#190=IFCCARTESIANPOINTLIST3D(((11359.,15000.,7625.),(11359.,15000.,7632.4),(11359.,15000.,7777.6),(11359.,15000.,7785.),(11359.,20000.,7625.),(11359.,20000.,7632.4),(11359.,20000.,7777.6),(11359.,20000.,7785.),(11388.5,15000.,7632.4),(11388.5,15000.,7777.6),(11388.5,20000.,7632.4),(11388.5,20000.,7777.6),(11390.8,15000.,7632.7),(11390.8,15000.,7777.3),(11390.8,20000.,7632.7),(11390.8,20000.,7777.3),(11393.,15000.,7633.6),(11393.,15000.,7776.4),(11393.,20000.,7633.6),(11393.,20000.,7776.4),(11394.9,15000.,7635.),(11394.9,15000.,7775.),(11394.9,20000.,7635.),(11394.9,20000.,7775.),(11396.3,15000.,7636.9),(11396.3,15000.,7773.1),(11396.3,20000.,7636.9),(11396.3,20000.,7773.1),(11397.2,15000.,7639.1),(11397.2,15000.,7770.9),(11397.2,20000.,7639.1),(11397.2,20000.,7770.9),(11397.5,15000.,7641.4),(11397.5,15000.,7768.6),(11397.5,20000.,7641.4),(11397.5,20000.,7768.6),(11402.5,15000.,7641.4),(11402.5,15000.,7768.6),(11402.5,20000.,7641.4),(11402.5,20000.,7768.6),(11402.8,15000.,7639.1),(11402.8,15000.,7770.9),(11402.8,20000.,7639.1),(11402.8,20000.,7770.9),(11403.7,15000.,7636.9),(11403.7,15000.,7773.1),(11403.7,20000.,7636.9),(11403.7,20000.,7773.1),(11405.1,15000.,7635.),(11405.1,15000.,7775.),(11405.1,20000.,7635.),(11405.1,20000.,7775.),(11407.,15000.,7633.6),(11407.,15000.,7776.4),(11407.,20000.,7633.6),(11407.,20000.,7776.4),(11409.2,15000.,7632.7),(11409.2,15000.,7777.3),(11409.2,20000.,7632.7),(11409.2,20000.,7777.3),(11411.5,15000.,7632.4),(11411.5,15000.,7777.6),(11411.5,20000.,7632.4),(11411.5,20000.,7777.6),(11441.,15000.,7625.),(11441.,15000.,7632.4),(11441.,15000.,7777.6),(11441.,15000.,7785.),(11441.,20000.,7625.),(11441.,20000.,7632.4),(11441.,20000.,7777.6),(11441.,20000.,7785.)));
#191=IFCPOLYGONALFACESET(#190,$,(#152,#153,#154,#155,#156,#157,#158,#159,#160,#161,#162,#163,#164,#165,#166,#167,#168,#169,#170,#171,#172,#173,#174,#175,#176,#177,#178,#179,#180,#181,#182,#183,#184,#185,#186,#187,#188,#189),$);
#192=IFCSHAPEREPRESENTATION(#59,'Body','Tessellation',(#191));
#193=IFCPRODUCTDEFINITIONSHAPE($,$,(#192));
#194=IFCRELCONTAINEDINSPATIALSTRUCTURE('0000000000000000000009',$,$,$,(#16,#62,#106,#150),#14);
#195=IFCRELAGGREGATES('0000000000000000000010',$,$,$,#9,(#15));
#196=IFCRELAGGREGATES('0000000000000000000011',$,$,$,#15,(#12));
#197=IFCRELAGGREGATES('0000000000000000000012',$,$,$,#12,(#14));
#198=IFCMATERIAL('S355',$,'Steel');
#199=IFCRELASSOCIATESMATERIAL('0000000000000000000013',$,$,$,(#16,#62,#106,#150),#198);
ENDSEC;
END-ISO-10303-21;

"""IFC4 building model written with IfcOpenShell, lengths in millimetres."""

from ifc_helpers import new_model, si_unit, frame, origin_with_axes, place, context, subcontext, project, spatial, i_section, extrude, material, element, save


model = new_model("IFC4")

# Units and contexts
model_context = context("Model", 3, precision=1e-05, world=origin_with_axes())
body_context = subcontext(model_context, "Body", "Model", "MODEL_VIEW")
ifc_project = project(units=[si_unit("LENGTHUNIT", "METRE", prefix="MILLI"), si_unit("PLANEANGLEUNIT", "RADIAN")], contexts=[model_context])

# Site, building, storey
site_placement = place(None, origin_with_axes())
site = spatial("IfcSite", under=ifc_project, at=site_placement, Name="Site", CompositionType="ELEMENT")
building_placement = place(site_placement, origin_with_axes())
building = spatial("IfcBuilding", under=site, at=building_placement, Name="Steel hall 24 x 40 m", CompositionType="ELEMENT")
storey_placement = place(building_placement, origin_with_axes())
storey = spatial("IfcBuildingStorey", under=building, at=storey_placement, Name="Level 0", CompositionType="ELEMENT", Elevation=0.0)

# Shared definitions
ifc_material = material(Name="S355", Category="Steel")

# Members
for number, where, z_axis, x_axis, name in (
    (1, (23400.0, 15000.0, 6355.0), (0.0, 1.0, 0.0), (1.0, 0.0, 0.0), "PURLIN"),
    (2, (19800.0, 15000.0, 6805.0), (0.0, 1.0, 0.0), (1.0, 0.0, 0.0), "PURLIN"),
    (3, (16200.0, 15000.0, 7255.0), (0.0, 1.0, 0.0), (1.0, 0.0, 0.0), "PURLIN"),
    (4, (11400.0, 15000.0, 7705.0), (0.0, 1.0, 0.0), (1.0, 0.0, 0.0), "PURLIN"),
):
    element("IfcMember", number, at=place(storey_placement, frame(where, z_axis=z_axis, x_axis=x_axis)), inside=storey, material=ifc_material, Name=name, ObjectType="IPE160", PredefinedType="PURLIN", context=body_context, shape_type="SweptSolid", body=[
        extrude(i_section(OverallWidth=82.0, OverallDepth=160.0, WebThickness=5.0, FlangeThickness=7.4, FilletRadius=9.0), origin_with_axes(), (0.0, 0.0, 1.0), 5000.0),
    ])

====

## WORK INSTRUCTION
Check every line above for the string "extrude" and copy those that have it.

## ANSWER TO THE PROBLEM
from ifc_helpers import new_model, si_unit, frame, origin_with_axes, place, context, subcontext, project, spatial, i_section, extrude, material, element, save
        extrude(i_section(OverallWidth=82.0, OverallDepth=160.0, WebThickness=5.0, FlangeThickness=7.4, FilletRadius=9.0), origin_with_axes(), (0.0, 0.0, 1.0), 5000.0),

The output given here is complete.